What you have to do = Each line below that holds the word "IFCPOLYGONALFACESET" counts once. Say how many such lines there are, and no more.
#### Data for analysis ####
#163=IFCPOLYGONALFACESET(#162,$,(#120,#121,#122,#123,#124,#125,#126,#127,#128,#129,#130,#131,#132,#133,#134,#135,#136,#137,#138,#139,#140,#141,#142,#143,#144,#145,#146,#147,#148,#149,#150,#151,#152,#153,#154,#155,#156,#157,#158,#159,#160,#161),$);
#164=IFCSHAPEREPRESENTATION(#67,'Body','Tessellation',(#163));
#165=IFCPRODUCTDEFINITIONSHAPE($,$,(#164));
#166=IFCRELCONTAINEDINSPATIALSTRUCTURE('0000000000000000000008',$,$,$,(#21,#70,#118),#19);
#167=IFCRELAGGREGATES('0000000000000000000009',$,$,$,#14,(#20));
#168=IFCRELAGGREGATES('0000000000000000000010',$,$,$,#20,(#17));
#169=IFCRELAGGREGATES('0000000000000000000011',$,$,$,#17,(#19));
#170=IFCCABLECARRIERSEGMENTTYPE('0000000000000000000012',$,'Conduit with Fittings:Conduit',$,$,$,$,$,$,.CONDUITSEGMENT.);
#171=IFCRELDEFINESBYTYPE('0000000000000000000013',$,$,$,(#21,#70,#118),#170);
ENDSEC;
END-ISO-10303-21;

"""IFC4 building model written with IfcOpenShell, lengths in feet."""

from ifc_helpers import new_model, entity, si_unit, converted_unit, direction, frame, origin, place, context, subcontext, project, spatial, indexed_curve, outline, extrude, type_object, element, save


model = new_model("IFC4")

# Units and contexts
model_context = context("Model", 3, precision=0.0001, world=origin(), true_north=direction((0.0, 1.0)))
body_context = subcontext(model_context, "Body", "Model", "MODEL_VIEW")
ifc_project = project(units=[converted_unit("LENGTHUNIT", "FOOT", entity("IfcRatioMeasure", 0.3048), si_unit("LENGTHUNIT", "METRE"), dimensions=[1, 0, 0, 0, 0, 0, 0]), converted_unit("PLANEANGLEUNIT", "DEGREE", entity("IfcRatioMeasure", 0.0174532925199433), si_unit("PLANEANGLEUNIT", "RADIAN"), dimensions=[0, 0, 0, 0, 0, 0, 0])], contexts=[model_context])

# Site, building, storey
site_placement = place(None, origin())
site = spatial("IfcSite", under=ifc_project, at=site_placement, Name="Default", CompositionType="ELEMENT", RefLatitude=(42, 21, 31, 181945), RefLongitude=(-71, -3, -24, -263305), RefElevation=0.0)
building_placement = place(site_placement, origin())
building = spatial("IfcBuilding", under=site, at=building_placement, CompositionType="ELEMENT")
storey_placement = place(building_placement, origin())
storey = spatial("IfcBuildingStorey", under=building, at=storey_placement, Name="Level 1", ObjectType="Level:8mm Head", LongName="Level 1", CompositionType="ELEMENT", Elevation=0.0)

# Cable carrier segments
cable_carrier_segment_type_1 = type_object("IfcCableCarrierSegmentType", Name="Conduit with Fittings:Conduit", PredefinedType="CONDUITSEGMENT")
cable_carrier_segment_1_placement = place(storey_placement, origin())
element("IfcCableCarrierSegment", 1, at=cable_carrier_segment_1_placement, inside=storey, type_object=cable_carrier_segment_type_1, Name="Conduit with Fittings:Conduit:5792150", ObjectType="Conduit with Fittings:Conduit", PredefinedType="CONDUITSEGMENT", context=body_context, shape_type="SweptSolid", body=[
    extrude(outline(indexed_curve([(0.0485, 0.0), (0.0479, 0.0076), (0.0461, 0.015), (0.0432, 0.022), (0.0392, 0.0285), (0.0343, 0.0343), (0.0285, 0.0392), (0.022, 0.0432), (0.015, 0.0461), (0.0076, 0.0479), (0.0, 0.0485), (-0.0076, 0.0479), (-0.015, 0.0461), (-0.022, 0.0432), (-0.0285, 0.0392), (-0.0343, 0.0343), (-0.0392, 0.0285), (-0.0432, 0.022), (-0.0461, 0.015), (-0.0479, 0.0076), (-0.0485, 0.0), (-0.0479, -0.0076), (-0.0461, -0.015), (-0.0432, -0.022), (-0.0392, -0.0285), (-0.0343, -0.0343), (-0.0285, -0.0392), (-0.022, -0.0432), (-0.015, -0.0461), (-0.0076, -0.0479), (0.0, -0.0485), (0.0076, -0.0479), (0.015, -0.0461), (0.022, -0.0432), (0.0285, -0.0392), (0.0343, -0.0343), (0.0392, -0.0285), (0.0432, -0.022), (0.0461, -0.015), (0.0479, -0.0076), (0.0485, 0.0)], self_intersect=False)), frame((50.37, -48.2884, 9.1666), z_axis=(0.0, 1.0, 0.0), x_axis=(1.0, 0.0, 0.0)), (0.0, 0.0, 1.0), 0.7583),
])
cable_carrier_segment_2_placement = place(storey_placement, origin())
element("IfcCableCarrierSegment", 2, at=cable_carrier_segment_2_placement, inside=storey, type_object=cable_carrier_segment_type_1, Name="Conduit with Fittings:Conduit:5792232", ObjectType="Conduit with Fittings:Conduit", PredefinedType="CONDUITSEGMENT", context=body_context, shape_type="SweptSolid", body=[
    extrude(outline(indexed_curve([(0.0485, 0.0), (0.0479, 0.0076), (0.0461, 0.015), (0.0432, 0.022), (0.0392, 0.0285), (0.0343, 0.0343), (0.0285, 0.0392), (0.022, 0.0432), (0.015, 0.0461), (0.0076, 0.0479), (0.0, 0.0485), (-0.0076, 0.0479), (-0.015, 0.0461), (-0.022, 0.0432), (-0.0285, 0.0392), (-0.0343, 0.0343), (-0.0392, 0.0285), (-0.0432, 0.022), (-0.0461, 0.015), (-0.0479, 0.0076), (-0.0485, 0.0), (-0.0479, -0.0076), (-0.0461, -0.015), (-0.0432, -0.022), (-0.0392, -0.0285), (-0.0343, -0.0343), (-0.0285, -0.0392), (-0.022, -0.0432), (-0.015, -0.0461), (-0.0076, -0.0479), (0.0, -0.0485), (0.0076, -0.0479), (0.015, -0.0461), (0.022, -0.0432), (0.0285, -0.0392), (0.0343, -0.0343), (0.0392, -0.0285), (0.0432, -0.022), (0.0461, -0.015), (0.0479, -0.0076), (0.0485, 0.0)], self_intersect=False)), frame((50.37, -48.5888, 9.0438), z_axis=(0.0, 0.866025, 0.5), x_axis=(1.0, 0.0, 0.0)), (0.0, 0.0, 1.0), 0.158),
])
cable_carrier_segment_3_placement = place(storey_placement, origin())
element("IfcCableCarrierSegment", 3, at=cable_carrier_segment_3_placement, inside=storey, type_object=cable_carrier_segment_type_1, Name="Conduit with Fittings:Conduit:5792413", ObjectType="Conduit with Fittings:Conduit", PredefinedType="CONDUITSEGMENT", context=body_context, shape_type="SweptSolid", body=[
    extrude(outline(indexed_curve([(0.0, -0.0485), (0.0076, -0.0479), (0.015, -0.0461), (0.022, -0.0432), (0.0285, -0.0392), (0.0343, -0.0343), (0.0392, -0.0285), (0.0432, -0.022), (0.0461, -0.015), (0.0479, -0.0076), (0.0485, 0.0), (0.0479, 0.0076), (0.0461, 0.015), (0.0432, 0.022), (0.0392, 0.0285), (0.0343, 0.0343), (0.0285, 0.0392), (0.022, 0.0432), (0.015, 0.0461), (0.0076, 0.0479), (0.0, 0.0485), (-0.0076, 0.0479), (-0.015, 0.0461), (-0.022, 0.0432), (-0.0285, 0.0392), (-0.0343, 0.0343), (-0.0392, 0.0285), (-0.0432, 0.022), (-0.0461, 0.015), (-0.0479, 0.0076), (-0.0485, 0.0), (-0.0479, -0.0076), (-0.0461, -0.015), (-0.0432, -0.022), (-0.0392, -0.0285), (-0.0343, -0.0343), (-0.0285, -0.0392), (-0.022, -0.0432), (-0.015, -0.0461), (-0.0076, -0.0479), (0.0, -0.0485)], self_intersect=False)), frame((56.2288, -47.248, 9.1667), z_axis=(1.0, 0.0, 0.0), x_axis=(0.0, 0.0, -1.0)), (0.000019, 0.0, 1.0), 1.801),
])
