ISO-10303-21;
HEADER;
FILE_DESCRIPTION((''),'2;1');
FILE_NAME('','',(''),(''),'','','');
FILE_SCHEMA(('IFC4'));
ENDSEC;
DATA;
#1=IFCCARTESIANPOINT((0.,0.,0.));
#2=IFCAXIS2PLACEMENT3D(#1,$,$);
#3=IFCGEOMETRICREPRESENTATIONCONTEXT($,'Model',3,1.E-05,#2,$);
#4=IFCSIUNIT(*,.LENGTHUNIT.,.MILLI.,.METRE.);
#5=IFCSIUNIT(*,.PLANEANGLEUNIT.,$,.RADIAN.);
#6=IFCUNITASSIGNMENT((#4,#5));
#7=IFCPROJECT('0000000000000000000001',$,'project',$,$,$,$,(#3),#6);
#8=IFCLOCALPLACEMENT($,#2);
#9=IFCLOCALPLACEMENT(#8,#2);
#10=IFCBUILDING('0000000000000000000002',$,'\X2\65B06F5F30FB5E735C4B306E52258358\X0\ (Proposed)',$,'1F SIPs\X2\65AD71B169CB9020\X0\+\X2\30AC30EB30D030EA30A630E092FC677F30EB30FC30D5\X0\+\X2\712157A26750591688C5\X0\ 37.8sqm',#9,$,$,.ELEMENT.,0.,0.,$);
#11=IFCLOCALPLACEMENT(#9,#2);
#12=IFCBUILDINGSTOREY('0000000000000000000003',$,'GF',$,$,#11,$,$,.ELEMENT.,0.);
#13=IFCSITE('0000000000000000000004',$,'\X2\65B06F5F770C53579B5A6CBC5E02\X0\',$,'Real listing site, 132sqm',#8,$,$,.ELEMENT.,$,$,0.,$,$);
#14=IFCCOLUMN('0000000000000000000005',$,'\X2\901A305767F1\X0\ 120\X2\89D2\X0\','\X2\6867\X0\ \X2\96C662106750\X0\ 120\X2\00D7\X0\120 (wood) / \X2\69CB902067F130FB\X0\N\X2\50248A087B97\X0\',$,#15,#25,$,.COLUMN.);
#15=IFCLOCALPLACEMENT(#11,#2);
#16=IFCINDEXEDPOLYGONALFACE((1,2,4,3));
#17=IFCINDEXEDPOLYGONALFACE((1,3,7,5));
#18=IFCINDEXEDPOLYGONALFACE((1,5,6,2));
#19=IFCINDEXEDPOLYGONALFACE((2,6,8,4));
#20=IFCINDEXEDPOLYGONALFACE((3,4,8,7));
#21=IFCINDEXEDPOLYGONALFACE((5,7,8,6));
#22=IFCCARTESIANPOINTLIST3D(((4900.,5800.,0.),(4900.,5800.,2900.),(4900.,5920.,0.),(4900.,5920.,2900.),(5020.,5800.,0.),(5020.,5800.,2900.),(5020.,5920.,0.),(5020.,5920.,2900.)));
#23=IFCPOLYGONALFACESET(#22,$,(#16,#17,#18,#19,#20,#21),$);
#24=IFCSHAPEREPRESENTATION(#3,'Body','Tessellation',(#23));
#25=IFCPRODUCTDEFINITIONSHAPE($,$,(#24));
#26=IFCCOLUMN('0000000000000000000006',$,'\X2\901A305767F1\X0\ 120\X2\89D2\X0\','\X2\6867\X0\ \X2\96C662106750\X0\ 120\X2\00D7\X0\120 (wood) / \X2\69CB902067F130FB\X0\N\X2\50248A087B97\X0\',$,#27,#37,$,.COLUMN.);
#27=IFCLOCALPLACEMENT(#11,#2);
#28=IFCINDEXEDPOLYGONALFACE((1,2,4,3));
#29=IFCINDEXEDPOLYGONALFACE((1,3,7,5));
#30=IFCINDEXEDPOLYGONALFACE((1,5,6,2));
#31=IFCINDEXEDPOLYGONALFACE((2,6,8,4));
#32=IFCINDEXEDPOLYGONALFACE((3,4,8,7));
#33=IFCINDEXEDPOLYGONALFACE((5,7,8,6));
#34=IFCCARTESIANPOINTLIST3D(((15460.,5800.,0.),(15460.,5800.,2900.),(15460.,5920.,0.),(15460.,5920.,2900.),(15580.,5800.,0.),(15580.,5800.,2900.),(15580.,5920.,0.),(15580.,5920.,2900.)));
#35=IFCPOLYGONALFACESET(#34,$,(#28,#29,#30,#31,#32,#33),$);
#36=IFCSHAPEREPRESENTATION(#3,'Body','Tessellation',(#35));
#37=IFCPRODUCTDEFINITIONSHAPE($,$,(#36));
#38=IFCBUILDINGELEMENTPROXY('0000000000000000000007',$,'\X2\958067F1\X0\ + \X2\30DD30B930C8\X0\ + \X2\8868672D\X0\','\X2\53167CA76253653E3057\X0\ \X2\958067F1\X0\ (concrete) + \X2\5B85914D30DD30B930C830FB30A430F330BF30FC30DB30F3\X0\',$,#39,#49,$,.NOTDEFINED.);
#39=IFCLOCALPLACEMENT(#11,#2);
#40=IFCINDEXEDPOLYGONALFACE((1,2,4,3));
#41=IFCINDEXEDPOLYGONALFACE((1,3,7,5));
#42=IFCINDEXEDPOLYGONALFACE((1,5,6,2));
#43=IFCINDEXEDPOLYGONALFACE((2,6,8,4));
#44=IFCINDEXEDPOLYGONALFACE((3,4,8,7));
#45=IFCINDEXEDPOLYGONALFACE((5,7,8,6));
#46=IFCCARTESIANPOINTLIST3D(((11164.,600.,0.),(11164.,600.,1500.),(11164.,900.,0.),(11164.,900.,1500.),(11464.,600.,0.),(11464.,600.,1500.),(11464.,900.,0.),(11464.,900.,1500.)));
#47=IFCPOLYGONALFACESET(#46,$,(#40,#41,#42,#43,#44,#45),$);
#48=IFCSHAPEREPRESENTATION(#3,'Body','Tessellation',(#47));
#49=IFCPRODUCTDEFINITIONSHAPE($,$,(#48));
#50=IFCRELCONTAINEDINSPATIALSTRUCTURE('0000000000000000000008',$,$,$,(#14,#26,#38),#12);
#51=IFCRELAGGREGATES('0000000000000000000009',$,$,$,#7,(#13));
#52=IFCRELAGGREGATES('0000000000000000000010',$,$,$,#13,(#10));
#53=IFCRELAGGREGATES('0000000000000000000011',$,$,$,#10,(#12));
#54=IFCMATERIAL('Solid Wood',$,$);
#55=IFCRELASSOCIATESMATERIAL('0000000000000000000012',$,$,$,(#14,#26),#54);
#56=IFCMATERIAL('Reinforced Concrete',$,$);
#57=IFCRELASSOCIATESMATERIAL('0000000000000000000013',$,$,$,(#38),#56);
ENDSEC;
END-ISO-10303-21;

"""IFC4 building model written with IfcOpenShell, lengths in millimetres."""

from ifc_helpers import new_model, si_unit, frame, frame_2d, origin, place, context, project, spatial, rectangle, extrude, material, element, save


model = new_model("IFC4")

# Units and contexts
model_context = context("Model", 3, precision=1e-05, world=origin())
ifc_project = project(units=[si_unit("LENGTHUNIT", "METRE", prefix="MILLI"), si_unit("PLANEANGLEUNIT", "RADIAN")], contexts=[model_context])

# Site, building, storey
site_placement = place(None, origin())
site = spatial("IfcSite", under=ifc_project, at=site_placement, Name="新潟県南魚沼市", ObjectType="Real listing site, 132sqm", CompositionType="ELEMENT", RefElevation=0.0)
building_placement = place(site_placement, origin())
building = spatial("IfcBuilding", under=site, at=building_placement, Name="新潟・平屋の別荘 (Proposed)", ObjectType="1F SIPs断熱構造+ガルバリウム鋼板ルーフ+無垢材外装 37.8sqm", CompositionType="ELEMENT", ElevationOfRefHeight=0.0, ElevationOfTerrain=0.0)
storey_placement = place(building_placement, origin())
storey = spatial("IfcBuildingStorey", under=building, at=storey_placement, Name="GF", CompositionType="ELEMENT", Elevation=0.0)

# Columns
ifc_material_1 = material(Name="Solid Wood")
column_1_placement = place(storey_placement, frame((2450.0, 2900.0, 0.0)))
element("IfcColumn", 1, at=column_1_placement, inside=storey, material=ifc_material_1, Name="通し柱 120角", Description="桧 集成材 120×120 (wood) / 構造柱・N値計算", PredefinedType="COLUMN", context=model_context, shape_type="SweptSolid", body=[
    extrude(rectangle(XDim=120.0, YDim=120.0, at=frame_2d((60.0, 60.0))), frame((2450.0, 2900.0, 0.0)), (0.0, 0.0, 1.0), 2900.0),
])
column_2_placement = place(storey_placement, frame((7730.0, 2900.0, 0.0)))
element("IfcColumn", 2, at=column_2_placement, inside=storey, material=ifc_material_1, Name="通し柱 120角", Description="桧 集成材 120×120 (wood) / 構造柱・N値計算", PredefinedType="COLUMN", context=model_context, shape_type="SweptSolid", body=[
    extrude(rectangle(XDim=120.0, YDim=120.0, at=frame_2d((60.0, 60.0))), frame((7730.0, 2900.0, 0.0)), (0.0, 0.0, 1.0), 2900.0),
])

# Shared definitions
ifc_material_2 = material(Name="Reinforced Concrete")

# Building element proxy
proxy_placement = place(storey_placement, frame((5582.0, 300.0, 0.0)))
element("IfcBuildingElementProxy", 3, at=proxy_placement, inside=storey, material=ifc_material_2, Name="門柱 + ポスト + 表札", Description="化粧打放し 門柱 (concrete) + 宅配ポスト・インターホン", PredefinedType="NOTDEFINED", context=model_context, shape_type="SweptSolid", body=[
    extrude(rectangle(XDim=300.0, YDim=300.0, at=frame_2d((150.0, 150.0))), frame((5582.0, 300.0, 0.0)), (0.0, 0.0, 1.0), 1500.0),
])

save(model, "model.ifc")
####
#### Data for analysis ####
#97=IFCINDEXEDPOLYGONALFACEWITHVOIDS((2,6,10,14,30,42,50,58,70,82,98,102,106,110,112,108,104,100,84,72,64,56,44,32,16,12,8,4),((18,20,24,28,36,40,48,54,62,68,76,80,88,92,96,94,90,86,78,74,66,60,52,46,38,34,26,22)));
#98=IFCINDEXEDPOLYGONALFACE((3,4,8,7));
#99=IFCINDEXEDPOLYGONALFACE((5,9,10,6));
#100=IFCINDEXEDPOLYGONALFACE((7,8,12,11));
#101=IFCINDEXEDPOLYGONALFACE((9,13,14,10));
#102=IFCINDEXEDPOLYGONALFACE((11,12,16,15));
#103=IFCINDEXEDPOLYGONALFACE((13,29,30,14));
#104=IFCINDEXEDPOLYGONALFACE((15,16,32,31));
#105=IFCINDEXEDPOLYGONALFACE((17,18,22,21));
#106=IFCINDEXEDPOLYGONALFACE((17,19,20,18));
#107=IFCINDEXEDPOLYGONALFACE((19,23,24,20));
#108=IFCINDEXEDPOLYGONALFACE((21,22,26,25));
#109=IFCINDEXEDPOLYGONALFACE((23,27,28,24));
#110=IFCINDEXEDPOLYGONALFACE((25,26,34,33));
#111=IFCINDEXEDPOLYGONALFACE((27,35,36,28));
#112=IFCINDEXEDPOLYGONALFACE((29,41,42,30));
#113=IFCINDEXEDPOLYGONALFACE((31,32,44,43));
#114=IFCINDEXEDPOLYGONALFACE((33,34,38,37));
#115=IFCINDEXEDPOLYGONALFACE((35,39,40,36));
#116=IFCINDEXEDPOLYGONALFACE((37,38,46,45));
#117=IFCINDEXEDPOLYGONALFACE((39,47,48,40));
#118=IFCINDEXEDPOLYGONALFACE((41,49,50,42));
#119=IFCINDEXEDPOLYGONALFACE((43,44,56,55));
####
Reply to the task = 4